Dawson's smile instantly drops off his face. What? Together?

"You'll be helping Mrs. Wang at the library after school for a week," Remington proclaims like a judge hammering after sentencing someone to hard labor.

"This isn't fair!" Hamilton protests, but Mrs. Remington isn't fooling around. Dawson doubts she's even capable of that. She was probably born with that pout.

Doesn't Adam know he's treading dangerous grounds arguing with her? The boy doesn't seem fully aware of the fact that she got him by the balls. Metaphorically speaking.

"Two weeks then," Mrs. Remington mutters shutting the book closed.

Dawson can see Hamilton sigh as he slides down into his chair, almost disappearing below the level of his desk. He's done fighting it.

And, suddenly, Adam's selective mutism strikes again and for the rest of the class he doesn't say a word, even his breathing is purposefully quieter.

Obviously, the two of them don't exchange one single look and, by the time the lesson is over, Dawson– gripped with unbearable tedium– has noticed three more things about the boy sitting next to him.

First, the skin between his nostrils is pierced, meaning he has or had at some point in his life a piercing right there. Dawson tries to imagine him with a septum piercing and his mouth twitches into a subtle half grin.

The second thing he notices is that there is a minuscule, faint heart-shaped birthmark on his jaw. He almost feels bad for spotting it, because it's so small it almost feels like it did not want to be seen by a stranger. It's so small that most people would only be able to see it if they were standing an inch away from him.

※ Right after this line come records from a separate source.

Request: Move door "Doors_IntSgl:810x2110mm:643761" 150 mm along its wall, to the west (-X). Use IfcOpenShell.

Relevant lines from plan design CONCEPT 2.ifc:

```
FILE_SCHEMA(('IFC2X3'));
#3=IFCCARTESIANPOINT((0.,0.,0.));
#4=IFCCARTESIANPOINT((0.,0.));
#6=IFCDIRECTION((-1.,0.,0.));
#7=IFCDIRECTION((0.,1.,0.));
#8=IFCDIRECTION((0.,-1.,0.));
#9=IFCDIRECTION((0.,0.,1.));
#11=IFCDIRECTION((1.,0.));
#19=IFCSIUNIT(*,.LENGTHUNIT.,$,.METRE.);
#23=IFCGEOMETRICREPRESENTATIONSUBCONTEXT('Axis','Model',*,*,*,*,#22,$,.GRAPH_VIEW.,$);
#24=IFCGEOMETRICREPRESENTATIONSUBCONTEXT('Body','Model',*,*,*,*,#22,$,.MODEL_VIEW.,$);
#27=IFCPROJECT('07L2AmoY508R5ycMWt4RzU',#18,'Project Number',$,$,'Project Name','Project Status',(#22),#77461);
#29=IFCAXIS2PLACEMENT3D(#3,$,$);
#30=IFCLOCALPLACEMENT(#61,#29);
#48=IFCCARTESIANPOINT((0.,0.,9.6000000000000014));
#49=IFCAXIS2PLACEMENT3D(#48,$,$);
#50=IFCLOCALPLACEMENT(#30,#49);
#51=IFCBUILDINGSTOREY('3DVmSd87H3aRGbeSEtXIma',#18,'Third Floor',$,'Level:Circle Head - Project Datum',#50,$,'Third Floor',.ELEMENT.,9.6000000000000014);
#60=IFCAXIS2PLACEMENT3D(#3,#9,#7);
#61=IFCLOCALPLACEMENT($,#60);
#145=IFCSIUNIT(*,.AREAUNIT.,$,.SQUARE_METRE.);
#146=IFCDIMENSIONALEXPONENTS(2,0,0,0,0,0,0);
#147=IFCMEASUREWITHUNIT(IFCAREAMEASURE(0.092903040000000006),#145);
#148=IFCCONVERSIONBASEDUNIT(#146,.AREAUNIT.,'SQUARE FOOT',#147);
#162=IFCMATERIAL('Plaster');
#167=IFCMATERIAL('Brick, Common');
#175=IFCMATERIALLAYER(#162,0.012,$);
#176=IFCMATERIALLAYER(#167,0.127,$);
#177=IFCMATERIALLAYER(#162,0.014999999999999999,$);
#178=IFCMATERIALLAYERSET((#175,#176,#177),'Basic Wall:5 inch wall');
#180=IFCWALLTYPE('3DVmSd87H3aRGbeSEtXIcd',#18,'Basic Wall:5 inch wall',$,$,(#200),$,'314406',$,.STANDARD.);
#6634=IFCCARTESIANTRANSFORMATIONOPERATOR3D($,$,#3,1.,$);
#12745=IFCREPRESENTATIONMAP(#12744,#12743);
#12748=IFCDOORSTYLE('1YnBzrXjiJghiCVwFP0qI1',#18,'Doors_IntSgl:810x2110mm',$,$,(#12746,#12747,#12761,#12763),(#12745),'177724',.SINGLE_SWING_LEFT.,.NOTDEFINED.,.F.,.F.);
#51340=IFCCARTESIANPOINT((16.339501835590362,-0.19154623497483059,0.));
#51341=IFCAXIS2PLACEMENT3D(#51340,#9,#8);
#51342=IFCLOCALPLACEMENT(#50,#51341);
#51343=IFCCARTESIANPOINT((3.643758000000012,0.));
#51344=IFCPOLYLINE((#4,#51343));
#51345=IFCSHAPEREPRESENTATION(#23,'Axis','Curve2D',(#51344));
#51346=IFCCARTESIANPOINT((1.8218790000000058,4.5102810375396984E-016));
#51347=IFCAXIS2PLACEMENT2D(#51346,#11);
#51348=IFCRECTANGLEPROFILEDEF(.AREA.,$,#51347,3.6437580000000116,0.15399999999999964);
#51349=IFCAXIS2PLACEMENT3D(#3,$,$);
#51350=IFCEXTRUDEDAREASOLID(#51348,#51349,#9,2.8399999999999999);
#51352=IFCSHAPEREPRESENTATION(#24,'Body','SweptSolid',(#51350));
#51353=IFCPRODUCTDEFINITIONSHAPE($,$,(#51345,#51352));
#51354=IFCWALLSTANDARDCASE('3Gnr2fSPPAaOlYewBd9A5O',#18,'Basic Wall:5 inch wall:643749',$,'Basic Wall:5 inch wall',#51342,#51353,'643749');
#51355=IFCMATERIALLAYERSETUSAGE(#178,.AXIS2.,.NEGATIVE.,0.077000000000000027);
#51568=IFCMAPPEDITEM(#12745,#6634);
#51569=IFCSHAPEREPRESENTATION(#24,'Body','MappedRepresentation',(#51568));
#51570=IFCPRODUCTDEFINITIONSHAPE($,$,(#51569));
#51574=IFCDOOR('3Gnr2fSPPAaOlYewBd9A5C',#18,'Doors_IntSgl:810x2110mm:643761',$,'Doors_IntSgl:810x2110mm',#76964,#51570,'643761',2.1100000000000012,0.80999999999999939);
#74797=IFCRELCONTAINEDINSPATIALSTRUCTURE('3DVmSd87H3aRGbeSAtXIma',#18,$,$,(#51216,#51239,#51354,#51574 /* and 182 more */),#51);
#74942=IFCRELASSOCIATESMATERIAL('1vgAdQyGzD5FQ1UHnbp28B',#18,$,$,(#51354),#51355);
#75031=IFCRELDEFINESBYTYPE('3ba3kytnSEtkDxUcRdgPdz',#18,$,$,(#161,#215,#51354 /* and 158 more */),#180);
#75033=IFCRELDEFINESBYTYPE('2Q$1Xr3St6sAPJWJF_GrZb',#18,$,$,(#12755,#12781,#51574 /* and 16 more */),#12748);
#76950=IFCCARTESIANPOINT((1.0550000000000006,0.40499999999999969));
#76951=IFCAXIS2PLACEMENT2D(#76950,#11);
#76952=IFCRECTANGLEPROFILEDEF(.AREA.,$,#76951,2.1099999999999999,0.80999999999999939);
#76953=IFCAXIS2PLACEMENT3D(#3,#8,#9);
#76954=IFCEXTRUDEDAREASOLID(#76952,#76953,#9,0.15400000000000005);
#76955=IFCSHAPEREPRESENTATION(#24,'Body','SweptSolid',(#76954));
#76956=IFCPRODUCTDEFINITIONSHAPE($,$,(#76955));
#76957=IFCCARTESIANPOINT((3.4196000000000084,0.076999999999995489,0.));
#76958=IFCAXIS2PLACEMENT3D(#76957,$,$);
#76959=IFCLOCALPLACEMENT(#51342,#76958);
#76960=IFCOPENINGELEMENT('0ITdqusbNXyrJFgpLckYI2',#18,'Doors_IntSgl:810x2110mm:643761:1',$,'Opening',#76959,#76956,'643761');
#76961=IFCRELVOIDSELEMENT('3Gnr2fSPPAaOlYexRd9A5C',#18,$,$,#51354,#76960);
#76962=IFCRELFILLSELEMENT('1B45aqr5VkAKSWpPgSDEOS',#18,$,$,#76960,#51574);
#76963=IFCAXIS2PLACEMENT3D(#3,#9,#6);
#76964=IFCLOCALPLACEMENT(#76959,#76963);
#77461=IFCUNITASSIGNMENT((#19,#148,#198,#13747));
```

```python
import ifcopenshell
import ifcopenshell.api.geometry
import ifcopenshell.util.placement
import ifcopenshell.util.unit

model = ifcopenshell.open("plan design CONCEPT 2.ifc")
unit_scale = ifcopenshell.util.unit.calculate_unit_scale(model)

door = model.by_guid("3Gnr2fSPPAaOlYewBd9A5C")
opening = door.FillsVoids[0].RelatingOpeningElement
wall = opening.VoidsElements[0].RelatingBuildingElement

wall_matrix = ifcopenshell.util.placement.get_local_placement(wall.ObjectPlacement)
shift = wall_matrix[:3, 0] * -0.15 / unit_scale
before = ifcopenshell.util.placement.get_local_placement(door.ObjectPlacement)[:3, 3].copy()

# The door is placed relative to its opening, so it follows when the opening moves.
matrix = ifcopenshell.util.placement.get_local_placement(opening.ObjectPlacement)
matrix[:3, 3] += shift
ifcopenshell.api.geometry.edit_object_placement(
    model, product=opening, matrix=matrix, is_si=False, should_transform_children=True
)

after = ifcopenshell.util.placement.get_local_placement(door.ObjectPlacement)[:3, 3]
print("door moved by", (after - before).round(3) + 0.0)

model.write("plan design CONCEPT 2_edited.ifc")
```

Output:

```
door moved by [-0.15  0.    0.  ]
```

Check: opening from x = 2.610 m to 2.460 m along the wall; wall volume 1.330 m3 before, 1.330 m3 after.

However, Dawson's observational skills never fail to manifest in every circumstance and he knows, as his eyes catch sight of that blemish, that he'll never be able to unsee it.

That little heart-shaped birthmark is like one of the endless details of a painting he's just started studying. You let the artwork draw your attention through its peculiar and most evident features. For Adam, they were his eyes and his tall cheekbones and sharp jawline. You only allow yourself to focus on trivialities after you took in the full picture. Except the details are anything but trivial.

The details are what make the painting worth looking at.

Dawson knows he should stop staring at him, but he's being discreet and the more he notices about him the more he wants to find out. Plus, Mrs. Remington's class is not exactly the definition of entertaining.

His interest is temporarily quenched after he notices the third thing about him. A delicate, musky scent evaporates from the pores of his skin– the exposed parts of it– and utterly subjugates Dawson's senses.

He didn't smell like that yesterday. Or was Dawson not paying sufficient attention to detect it? Either way, each time Hamilton's hand brushes the hair off his face, a wave of perfume pervades the air around them and washes over Dawson.

He's growing tired of the weird effect Hamilton has on him, so he does what every little boy in kindergarten does at some point.

He teases.

And when the bell finally rings, Dawson doesn't think twice about taunting him.

"See ya later at detention, Hamilton," he grins.

Adam shoots him a murderous look and stomps out of the classroom, but he's not even halfway through the door when he decides to turn around and goes, "By the way, assholery is not a word. You know, just in case you were thinking of using it in Thornbury's paper."

Dawson's left eyebrow shoots up.

In a matter of seconds, his skepticism turns into amusement.

He waves amiably and grins, "Don't miss me too much."